Do You Believe in Life After Flash?
Documentary About Sam Jones Doesn’t Dig Deep
You could tell an interesting story about Sam Jones; how an aspiring actor got a big break (in Jones’s case, being cast as the lead in the campy 1980 version of Flash Gordon), only to see it slip away through bad advice and his own youthful arrogance. There followed a waning career, depression, a suicide attempt, then salvation and a new maturity. Not to mention the last laugh of seeing his signature film, derided in some quarters on its original release, now fondly regarded as a highly enjoyable cult classic. But Life After Flash bungles the job by mashing two stories together: the production of the Flash Gordon film, and Sam Jones’s life. Each subject is indeed worthy of its own film. But cramming them together means that the film explores neither in suitable depth.
It’s a disappointment, because Jones’s career arc provides such rich terrain. Once a hoped-for football career didn’t pan out, Jones headed for Hollywood (oddly, the film only covers this part of his story in a bonus feature on the DVD). He posed nude for Playgirl and landed a secondary role in the comedy 10. And then came his first starring role, in Flash Gordon.
Flash Gordon, a glitzy, big budget (for its time) production, was producer Dino De Laurentiis’s attempt to get aboard the sci-fi/fantasy bandwagon that Star Wars launched. Life After Flash devotes considerable time talking about the auditions, the costume design, the set design, the special effects, the music, the trailers, and the poster art.
But it curiously glosses over what turned out to be a key turning point in Jones’s career. Martha De Laurentiis (a film producer and Dino’s wife) circumspectly refers to Jones’s problematic “behavior patterns” during the production that led at one point to his getting in a brawl that left him with a gash on his face. That’s not what you want to see on your leading man. Dino’s pleas that Jones get his act together “fell on deaf ears,” in Martha’s words. Further disagreements led to Jones not returning to the film after a Christmas break. Another actor dubbed in some of his dialogue, and the director used a stand-in for some scenes. They scrapped the idea for a series of sequels.

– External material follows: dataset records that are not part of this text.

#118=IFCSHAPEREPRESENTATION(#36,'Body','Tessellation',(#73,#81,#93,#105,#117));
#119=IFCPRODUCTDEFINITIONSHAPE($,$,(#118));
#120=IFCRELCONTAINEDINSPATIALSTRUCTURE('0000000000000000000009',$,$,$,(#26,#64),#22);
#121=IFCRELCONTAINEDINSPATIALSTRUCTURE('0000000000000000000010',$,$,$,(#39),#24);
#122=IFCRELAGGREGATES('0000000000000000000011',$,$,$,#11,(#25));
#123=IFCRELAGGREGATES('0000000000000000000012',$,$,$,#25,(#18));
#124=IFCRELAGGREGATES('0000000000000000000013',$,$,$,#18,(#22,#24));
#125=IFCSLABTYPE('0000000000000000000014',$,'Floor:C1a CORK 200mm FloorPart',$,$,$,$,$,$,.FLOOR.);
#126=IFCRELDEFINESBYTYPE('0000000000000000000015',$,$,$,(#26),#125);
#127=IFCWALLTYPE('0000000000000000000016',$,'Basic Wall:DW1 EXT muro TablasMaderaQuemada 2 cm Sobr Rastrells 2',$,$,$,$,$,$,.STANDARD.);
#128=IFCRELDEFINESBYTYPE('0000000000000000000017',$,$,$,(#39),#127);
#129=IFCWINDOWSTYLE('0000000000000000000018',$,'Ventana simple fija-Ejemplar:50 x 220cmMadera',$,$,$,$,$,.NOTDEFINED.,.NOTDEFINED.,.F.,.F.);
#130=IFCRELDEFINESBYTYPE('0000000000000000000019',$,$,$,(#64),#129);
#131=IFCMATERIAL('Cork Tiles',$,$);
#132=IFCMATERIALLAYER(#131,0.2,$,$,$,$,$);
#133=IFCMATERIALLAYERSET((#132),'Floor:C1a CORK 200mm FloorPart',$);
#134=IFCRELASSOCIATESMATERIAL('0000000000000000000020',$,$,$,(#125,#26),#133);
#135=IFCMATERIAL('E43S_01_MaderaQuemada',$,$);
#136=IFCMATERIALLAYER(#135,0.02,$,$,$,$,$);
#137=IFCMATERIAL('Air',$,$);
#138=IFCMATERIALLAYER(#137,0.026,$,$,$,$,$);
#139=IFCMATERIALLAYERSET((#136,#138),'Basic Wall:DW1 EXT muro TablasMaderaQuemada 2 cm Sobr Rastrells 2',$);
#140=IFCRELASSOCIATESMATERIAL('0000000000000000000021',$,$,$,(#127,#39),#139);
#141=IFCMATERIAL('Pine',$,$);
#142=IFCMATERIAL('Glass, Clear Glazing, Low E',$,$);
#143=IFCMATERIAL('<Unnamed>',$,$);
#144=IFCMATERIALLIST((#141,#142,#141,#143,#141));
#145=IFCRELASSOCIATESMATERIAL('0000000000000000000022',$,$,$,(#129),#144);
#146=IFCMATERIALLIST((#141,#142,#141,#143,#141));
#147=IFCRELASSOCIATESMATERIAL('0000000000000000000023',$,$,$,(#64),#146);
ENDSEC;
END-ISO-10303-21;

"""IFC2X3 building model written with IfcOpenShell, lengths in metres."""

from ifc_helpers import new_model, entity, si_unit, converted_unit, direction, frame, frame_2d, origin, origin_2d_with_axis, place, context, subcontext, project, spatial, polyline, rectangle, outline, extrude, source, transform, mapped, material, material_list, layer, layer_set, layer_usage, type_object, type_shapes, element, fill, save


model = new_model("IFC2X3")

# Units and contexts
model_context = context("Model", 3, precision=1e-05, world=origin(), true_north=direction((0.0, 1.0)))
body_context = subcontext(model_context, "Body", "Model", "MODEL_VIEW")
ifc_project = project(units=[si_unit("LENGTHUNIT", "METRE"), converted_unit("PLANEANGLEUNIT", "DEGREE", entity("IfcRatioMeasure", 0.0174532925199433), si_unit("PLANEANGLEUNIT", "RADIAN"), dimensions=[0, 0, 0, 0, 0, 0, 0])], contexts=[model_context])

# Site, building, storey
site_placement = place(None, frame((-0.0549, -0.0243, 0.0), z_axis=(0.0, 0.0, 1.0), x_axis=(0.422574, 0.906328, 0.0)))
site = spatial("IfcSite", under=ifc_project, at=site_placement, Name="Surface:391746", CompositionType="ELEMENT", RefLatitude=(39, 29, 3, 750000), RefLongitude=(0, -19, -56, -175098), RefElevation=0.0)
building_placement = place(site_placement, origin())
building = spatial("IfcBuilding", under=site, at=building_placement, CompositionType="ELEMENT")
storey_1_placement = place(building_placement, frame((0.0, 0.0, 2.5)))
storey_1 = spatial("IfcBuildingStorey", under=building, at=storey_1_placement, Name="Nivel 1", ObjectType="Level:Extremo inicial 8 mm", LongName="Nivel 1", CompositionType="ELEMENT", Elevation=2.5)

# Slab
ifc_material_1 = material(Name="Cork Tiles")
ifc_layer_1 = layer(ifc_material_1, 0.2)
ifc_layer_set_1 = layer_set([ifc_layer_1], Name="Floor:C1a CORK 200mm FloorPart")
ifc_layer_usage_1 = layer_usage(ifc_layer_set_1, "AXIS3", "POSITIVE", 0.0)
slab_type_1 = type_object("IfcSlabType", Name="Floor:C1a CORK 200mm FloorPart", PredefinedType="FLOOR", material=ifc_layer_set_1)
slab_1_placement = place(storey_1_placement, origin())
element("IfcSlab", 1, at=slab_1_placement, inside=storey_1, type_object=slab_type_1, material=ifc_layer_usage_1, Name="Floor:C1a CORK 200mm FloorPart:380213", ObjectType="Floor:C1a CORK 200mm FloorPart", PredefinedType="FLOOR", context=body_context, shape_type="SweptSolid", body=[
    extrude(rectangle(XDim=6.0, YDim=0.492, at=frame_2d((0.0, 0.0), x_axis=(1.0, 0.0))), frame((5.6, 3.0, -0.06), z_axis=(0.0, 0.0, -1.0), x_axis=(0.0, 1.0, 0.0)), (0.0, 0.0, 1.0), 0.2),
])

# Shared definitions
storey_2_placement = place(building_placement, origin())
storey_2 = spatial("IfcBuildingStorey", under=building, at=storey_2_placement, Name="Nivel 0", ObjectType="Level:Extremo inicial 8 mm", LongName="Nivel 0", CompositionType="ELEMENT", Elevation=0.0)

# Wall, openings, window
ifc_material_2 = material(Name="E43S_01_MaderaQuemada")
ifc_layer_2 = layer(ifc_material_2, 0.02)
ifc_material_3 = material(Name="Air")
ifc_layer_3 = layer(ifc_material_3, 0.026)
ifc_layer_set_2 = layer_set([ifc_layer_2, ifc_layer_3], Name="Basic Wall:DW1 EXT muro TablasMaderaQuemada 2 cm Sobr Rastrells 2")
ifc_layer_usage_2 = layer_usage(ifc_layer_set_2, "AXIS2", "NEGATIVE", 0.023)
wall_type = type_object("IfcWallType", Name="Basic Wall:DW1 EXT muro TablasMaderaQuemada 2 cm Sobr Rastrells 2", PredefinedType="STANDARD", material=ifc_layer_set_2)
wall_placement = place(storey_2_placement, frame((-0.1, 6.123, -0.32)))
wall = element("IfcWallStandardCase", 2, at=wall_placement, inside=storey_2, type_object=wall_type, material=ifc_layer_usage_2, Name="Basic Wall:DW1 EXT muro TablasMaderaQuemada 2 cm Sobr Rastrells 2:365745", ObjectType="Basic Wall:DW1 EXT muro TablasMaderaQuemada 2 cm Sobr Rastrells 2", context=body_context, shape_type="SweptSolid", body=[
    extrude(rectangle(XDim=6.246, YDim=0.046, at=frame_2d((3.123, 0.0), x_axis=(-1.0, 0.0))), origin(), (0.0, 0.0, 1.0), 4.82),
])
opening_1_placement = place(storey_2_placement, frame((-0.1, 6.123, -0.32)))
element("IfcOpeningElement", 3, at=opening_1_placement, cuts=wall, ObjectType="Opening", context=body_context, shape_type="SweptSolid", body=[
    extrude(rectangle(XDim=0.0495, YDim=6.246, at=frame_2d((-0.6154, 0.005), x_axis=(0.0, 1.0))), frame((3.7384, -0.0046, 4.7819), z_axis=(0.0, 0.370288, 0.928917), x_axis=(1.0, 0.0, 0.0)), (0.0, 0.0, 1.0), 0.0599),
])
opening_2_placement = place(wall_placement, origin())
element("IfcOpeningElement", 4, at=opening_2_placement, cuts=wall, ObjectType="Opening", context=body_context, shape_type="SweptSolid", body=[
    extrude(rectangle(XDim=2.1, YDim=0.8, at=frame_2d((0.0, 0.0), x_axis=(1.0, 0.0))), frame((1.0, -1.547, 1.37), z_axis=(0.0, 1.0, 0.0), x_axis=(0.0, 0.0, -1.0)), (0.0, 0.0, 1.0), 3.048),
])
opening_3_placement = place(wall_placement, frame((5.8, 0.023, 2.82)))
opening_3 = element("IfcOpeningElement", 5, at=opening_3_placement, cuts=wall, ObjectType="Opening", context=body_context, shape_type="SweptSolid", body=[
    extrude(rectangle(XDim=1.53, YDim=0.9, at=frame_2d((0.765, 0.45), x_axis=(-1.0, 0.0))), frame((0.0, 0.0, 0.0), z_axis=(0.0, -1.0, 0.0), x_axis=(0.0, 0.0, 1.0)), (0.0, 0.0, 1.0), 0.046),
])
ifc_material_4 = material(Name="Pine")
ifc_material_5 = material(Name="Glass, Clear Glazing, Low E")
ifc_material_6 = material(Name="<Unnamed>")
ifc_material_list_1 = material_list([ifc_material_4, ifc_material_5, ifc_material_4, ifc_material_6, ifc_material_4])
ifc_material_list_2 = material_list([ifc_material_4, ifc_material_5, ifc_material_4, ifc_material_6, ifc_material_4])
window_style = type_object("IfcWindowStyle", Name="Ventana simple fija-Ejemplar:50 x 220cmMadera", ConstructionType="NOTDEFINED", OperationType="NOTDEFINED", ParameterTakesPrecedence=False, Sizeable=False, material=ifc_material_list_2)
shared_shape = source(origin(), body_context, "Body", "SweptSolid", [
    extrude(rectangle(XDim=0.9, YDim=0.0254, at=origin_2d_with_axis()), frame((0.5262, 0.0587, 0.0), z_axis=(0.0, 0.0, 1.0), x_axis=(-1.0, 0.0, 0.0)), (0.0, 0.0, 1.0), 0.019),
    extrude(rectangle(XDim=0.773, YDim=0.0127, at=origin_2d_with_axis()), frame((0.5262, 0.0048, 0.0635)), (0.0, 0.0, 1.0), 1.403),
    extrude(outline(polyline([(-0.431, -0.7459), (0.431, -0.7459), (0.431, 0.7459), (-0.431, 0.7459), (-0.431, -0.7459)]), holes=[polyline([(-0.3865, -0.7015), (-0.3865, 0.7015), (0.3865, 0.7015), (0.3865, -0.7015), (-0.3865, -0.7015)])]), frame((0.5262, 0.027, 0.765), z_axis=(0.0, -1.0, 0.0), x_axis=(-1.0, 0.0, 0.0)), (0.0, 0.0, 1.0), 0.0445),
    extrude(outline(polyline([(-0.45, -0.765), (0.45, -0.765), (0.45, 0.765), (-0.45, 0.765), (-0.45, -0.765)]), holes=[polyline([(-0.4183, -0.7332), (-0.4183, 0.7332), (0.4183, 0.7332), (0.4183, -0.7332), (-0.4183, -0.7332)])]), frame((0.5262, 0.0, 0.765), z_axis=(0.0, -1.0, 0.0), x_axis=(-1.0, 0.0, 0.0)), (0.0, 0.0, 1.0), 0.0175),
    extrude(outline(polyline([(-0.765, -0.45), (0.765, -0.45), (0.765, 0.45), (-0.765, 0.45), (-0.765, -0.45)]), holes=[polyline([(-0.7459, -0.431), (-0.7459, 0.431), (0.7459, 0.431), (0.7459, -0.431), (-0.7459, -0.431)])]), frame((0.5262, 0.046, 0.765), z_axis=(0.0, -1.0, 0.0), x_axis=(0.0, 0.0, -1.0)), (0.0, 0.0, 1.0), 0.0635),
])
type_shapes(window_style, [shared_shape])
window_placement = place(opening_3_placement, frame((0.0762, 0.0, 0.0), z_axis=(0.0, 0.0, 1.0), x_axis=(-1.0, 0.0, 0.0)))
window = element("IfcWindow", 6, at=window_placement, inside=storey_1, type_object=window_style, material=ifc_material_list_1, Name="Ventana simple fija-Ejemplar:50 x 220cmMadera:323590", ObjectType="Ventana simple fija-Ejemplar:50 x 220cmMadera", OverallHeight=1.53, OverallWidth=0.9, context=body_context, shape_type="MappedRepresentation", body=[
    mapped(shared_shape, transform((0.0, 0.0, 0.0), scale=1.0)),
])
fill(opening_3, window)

This is the heart of Jones’s story: he took his lucky break and broke it in two. But Life After Flash leaves you hanging. Did Jones regret his decision? Did he think he blew it? Jones admits people regarded him as a “bitter actor,” but otherwise says little about how much he thinks the fallout from Flash Gordon impacted his subsequent career. In fact, you hear nothing about any of the film or TV projects he worked on until the release of the Ted and Ted 2 films (in 2012 and 2015, respectively). How does he look back on that work now? Did he feel overlooked? Under-appreciated? Did the difficulties of the period lead to the end of his first marriage? Does he think of the road not taken? It would have been interesting to explore these avenues. But the film ignores them.
Then comes another long sequence about the Flash Gordon cult phenomenon. There are far too many interviews with the fans that attend the conventions, the well-known actors and directors that like the film, and the collectors who show off an array of Flash Gordon props they’ve acquired. At times, Jones risks becoming a cipher in his own movie.

Things pick up in the latter part of the film, when the story again focuses on Jones. As his career faded away, he reinvented himself and ended up working as a bodyguard. Then Ted gave his acting career a welcome boost, and subsequent jobs followed. Today, he’s found contentment in a second marriage, and carries himself on the fan convention circuit with grace. He says he talked to Dino before Dino died, and all was forgiven. It’s the happy ending you knew was coming.
Sam Jones is a survivor. And that’s the story that should’ve taken center stage in Life After Flash, with the footage about the film’s creation served up as DVD bonus features (or used to make another movie). Jones, as one of the film’s executive producers, may not have been interested in examining his life too closely. But it ends up being a watered-down version of a story that should’ve been a lot more compelling.